You wouldn't be telling them out of revenge - you'd be telling them because knowing the truth will help them process it.

You said yourself your daughter was shocked about the separation and said, "This is just a trial, right?"

You're setting her up to hope you could someday reunite and reconcile - and ultimately be even more disappointed - by not telling her the whole story.


----------



## LLady

It is amazing how those who are faithful church attenders are sometimes the worst. My husband was very involved in our church but still thought it was ok to pay for sex. 

I agree that sometimes being in limbo for too long forces you to push yourself quickly past what you feel for your spouse and into the next phase of reality. Other than my family being torn apart being lonely at night is the absolute worst! 

Riptide you are about my age so I try to look at the one positive is that I will still be young enough to enjoy myself once the dust settles. My youngest daughter is slightly older than yours and will be in college in a few years. Plenty of time to explore and reinvent! While marriage will never be in the books again that doesn't mean a person can't have a meaningful relantionship.

Stay positive in what you say to your child or say nothing at all. I know myself how very difficult this is. We have to break the news to our children in the next few days and I am dreading it even though he was the one who cheated. I want to scream so loudy what he did but that doesn't help our children. I can only pray they understand I am not taking the easy way out. 
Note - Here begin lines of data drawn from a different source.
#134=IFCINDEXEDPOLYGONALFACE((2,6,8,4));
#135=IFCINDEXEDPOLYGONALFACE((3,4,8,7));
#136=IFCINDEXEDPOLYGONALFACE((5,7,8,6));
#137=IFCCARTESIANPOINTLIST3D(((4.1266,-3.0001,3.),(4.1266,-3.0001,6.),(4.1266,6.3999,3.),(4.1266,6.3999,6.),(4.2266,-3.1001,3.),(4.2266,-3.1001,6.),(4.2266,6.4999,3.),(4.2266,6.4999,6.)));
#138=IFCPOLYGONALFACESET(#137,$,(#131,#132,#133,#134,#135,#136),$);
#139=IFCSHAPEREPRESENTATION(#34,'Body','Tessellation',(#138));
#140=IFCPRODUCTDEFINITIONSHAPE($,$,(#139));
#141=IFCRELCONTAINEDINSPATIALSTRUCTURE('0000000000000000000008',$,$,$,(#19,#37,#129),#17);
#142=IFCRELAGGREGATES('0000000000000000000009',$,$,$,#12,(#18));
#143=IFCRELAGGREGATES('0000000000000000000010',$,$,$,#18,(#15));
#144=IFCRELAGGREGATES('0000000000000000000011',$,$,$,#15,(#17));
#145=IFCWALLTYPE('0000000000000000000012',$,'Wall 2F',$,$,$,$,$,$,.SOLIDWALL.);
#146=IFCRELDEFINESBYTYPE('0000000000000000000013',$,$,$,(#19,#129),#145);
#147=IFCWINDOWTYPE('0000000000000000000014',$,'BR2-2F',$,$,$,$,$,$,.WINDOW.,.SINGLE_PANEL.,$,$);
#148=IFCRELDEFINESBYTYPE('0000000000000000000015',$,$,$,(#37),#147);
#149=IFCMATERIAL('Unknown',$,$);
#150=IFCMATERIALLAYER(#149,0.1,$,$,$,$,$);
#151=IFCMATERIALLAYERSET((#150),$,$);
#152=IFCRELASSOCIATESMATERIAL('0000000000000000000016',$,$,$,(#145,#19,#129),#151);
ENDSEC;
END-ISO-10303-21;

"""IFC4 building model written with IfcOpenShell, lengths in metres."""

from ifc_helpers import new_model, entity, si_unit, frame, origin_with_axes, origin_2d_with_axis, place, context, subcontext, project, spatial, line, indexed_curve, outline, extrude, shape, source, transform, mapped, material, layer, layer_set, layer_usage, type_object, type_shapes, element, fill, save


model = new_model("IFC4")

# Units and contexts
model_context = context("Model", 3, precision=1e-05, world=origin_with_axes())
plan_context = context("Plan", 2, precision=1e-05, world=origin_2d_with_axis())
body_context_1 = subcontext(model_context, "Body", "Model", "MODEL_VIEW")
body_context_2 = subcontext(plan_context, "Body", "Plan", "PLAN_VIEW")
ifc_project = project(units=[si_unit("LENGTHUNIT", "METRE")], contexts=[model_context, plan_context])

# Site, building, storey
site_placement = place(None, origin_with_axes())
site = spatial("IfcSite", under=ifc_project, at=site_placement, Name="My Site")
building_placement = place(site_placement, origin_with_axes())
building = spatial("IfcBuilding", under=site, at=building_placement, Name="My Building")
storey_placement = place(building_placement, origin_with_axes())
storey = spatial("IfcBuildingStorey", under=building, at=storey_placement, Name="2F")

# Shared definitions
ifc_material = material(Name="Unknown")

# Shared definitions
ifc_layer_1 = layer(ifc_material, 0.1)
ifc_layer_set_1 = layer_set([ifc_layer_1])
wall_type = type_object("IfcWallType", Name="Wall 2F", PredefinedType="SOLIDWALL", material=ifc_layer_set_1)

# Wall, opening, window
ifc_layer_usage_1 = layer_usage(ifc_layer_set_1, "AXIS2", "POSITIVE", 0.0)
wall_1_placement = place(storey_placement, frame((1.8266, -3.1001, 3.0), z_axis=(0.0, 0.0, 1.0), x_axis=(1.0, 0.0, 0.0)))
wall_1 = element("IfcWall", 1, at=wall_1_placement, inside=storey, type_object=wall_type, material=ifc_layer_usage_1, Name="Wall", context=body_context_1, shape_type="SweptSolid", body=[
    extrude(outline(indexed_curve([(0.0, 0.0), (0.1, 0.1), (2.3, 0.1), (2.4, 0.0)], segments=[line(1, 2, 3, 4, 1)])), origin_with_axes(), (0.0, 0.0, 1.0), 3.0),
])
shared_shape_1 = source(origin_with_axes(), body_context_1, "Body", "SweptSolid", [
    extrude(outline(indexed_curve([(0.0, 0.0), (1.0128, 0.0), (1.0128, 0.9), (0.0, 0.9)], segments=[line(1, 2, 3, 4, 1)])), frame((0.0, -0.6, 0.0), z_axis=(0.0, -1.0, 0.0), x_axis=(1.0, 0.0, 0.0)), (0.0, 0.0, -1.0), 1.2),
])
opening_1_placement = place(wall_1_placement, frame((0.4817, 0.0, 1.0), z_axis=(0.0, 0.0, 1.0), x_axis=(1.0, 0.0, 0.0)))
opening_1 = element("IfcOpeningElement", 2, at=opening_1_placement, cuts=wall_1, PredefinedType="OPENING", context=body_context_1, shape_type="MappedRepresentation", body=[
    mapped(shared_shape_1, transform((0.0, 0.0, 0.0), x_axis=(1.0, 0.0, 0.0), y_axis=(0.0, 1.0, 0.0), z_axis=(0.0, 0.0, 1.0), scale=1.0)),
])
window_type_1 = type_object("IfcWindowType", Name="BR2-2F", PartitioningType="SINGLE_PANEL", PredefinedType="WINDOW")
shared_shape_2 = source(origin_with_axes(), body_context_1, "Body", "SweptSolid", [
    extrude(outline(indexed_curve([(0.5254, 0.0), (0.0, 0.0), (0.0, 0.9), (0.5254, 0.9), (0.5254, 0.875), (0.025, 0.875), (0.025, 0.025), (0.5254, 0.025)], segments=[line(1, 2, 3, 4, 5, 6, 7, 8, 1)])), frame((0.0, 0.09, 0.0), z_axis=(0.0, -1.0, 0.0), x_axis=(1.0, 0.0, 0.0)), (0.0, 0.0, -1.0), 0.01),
Good luck with working through all the drama and stickiness.


----------



## Marc878

Riptide said:


> There are 2 parts to that question I suppose. My first concern is the effect of how the news that good ol mom has a boyfriend and it started weeks before she left. I was wanting the news of separation to sink in before that came out, which it will. Probably sooner than later. I also want to get the separation agreement finalized as well. By telling them purely out of revenge would very likely make mediation difficult (which is where we are headed). I am not concerned in trying to win her back. I have let her go and what happens with her new relationship, well I could care less. I feel it will not last with or without my involvement or exposure


It's your life and you have to deal with it as you see fit. Many times I've seen this because deep down there is hope it'll just blow over and it can be rugswept. The fear is that if you make them mad that possibility won't happen. So life can go back to the way it was????

I personally don't see that as a life worth living.


----------



## Riptide

Hi LLDADY - Just curious, how long since your DDay? Do your children know of the impending end of the marriage or is it the nature of how it is ending that you will be telling your children. I can appreciate the difficulty and dread in having that conversation. Yes, one of the hardest parts is that feeling lonely at night. I do really well during the day but my down turns seem to happen in the evening as well but gradually getting better.

Marc 878 - I am not sure where you are getting my apprehension of exposure as not wanting to ruin my chances of winning her back. Believe me, that is the furthest thing from the truth. The person I married is dead to me. Trust is gone and ruined forever and that is something that I will not accept in any relationship. I would rather just be alone than be with someone can't trust. If you are with someone you cannot truly trust, now that is a life not worth living


----------



## LLady

Riptide-I have know for 5 months something was wrong but actual Dday was about 2 months ago. The children have not been formally told but the fact that we are sleeping in separate beds is not hidden. I don't think it will come as a huge shock but still heartbreaking all the same. I'm not sure exactly what we will tell her but I told him that the standard "we don't love each other" was BS because I loved him very much prior to knowing what he had done. He will have to make it clear enough that he has in some way made it such that he has not kept his vow of being the husband he should be and therefore that it why we are divorcing. I don't want to make it ugly but I don't think we should lie either.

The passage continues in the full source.